Goal of the exercise: Report each line of the data below in which "solid" appears.

Extracted material:
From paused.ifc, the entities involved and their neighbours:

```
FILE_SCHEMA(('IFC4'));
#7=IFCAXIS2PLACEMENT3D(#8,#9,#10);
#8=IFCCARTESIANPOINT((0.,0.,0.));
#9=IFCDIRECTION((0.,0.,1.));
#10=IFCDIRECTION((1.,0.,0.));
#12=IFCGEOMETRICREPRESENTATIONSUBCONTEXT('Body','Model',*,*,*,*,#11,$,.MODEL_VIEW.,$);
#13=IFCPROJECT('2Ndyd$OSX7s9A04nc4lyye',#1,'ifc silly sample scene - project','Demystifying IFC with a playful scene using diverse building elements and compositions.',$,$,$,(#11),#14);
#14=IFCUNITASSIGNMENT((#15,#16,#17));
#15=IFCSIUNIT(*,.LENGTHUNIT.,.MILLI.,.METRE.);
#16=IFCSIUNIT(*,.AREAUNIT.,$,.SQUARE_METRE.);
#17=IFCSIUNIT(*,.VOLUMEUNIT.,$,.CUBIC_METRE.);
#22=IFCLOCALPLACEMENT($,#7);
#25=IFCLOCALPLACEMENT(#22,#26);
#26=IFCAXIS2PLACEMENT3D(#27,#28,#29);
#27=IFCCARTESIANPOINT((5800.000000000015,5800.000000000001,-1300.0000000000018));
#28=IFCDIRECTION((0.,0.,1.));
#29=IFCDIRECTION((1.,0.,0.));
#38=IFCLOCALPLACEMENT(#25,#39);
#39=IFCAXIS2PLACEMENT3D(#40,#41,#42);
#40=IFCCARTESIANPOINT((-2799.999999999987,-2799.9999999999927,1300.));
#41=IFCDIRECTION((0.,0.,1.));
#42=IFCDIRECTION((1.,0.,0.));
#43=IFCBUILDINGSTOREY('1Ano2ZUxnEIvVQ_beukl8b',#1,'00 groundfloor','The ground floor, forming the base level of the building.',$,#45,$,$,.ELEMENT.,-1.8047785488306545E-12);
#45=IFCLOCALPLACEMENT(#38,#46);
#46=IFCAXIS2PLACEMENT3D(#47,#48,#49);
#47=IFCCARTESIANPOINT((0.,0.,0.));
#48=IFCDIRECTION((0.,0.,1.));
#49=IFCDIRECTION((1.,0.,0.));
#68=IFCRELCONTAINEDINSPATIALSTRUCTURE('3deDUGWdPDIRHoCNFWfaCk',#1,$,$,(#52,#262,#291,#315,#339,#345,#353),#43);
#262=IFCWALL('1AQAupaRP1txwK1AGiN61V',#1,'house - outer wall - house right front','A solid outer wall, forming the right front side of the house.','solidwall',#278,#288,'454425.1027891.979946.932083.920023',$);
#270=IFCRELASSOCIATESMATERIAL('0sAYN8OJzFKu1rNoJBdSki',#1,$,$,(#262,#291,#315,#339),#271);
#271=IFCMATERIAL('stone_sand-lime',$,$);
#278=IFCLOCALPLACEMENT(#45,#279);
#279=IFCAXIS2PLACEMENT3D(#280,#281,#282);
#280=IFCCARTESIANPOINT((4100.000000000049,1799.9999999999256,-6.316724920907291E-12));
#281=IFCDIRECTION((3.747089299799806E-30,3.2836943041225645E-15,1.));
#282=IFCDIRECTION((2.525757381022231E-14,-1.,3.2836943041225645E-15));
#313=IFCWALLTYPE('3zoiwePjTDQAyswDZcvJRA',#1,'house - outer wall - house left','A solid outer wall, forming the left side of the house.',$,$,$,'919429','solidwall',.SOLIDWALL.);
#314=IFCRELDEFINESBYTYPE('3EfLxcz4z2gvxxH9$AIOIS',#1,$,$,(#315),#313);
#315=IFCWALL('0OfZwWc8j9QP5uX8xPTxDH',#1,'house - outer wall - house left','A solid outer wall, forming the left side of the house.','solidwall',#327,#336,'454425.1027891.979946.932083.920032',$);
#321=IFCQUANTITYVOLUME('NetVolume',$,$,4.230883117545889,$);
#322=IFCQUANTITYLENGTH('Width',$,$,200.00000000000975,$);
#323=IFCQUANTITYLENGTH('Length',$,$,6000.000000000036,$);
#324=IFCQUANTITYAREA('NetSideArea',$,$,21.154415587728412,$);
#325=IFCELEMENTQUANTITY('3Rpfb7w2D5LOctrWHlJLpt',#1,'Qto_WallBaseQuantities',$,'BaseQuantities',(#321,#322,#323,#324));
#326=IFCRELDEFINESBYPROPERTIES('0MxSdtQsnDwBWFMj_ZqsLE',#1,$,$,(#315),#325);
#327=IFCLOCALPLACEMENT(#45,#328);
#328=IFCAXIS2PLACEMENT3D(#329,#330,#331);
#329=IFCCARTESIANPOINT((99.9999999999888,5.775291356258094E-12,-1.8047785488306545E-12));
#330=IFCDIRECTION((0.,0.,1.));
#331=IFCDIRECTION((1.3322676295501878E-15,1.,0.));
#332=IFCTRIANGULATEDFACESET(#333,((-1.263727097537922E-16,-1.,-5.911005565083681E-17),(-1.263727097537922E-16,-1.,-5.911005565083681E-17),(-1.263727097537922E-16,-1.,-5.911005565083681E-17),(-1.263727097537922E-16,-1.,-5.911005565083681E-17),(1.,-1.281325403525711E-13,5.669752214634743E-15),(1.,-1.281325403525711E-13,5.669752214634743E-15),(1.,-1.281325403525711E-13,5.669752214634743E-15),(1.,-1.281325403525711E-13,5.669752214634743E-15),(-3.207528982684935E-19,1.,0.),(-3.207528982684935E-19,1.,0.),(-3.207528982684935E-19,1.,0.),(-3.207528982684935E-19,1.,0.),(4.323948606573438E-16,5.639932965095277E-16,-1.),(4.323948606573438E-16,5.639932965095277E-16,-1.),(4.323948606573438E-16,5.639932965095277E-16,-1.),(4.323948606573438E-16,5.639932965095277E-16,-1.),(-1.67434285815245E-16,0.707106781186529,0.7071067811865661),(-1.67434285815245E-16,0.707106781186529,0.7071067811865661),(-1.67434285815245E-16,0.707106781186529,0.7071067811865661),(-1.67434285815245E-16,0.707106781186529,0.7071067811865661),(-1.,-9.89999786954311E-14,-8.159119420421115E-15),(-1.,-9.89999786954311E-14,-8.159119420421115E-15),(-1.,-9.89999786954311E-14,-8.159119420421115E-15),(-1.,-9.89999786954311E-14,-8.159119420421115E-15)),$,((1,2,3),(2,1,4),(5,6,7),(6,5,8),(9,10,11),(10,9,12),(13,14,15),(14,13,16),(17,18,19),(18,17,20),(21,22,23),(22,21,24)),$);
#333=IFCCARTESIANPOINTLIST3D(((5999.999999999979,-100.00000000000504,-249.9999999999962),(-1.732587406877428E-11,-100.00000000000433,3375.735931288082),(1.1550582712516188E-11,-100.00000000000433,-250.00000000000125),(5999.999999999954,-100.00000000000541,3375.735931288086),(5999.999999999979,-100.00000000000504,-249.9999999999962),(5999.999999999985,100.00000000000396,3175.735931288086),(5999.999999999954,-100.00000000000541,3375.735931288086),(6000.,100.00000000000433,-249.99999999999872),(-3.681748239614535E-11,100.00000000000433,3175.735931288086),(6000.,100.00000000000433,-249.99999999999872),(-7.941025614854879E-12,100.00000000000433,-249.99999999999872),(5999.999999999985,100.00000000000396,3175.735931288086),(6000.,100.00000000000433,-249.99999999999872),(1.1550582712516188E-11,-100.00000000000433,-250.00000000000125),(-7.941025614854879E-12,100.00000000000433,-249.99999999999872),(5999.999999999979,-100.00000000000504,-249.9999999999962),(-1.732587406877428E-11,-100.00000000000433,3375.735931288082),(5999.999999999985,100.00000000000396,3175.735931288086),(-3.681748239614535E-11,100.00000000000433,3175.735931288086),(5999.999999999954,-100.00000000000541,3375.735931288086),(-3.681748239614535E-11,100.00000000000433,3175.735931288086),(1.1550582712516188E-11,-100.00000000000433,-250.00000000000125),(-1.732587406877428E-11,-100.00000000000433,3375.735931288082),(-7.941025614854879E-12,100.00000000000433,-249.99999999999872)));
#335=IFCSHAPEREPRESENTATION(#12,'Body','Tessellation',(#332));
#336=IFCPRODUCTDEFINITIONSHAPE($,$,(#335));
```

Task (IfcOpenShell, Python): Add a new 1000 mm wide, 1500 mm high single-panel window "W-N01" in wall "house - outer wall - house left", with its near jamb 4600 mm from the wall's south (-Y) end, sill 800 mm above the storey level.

```python
import numpy as np
import ifcopenshell
import ifcopenshell.api.feature
import ifcopenshell.api.geometry
import ifcopenshell.api.pset
import ifcopenshell.api.root
import ifcopenshell.api.spatial
import ifcopenshell.geom
import ifcopenshell.util.element
import ifcopenshell.util.placement
import ifcopenshell.util.representation
import ifcopenshell.util.shape
import ifcopenshell.util.unit

model = ifcopenshell.open("paused.ifc")
unit_scale = ifcopenshell.util.unit.calculate_unit_scale(model)
area_scale = ifcopenshell.util.unit.calculate_unit_scale(model, "AREAUNIT")
volume_scale = ifcopenshell.util.unit.calculate_unit_scale(model, "VOLUMEUNIT")
settings = ifcopenshell.geom.settings()


def volume(element):
    """Net volume in cubic metres, openings subtracted."""
    shape = ifcopenshell.geom.create_shape(settings, element)
    return ifcopenshell.util.shape.get_volume(shape.geometry)


wall = model.by_guid("0OfZwWc8j9QP5uX8xPTxDH")
storey = ifcopenshell.util.element.get_container(wall, ifc_class="IfcBuildingStorey")
context = ifcopenshell.util.representation.get_context(model, "Model", "Body", "MODEL_VIEW")
before = volume(wall)

width, height, from_end, sill = 1, 1.5, 4.6, 0.8  # metres

# The wall runs along its own X axis, and the end named is its -X end.
wall_shape = ifcopenshell.geom.create_shape(settings, wall)
x, y, z = ifcopenshell.util.shape.get_vertices(wall_shape.geometry).T
start = x.min() + from_end
face, thickness = float(y.min()), float(y.max() - y.min())
wall_matrix = ifcopenshell.util.placement.get_local_placement(wall.ObjectPlacement)
level = ifcopenshell.util.placement.get_local_placement(storey.ObjectPlacement)[2, 3]


def in_wall(x, y):
    """Placement at x, y metres in the wall's axes, at sill height."""
    matrix = wall_matrix.copy()
    matrix[:, 3] = wall_matrix @ np.array([x / unit_scale, y / unit_scale, 0.0, 1.0])
    matrix[2, 3] = level + sill / unit_scale
    return matrix


# Opening: a box that overshoots both wall faces by 50 mm.
opening = ifcopenshell.api.root.create_entity(model, ifc_class="IfcOpeningElement", predefined_type="OPENING")
box = ifcopenshell.api.geometry.add_wall_representation(
    model, context=context, length=width, height=height, thickness=thickness + 0.1
)
ifcopenshell.api.geometry.assign_representation(model, product=opening, representation=box)
ifcopenshell.api.geometry.edit_object_placement(model, product=opening, matrix=in_wall(start, face - 0.05), is_si=False)
ifcopenshell.api.feature.add_feature(model, feature=opening, element=wall)

window = ifcopenshell.api.root.create_entity(model, ifc_class="IfcWindow", name="W-N01", predefined_type="WINDOW")
window.OverallWidth, window.OverallHeight = width / unit_scale, height / unit_scale
window.PartitioningType = "SINGLE_PANEL"
body = ifcopenshell.api.geometry.add_window_representation(
    model,
    context=context,
    overall_width=window.OverallWidth,
    overall_height=window.OverallHeight,
    partition_type="SINGLE_PANEL",
)
ifcopenshell.api.geometry.assign_representation(model, product=window, representation=body)
ifcopenshell.api.spatial.assign_container(model, products=[window], relating_structure=storey)
ifcopenshell.api.feature.add_filling(model, opening=opening, element=window)

# Centre the window in the wall's thickness.
ifcopenshell.api.geometry.edit_object_placement(model, product=window, matrix=in_wall(start, face), is_si=False)
window_shape = ifcopenshell.geom.create_shape(settings, window)
depth = ifcopenshell.util.shape.get_vertices(window_shape.geometry)[:, 1]
offset = face + thickness / 2 - (depth.min() + depth.max()) / 2
ifcopenshell.api.geometry.edit_object_placement(model, product=window, matrix=in_wall(start, offset), is_si=False)

after = volume(wall)

# Update the wall's stored quantities.
qto = model.by_id(ifcopenshell.util.element.get_pset(wall, "Qto_WallBaseQuantities", should_inherit=False)["id"])
ifcopenshell.api.pset.edit_qto(model, qto=qto, properties={
    "NetVolume": after / volume_scale,
    "NetSideArea": after / thickness / area_scale,
})

print(f"wall volume {before:.3f} -> {after:.3f} m3")

model.write("paused_edited.ifc")
```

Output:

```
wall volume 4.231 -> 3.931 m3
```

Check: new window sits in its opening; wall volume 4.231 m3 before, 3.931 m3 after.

Result below:
#262=IFCWALL('1AQAupaRP1txwK1AGiN61V',#1,'house - outer wall - house right front','A solid outer wall, forming the right front side of the house.','solidwall',#278,#288,'454425.1027891.979946.932083.920023',$);
#313=IFCWALLTYPE('3zoiwePjTDQAyswDZcvJRA',#1,'house - outer wall - house left','A solid outer wall, forming the left side of the house.',$,$,$,'919429','solidwall',.SOLIDWALL.);
#315=IFCWALL('0OfZwWc8j9QP5uX8xPTxDH',#1,'house - outer wall - house left','A solid outer wall, forming the left side of the house.','solidwall',#327,#336,'454425.1027891.979946.932083.920032',$);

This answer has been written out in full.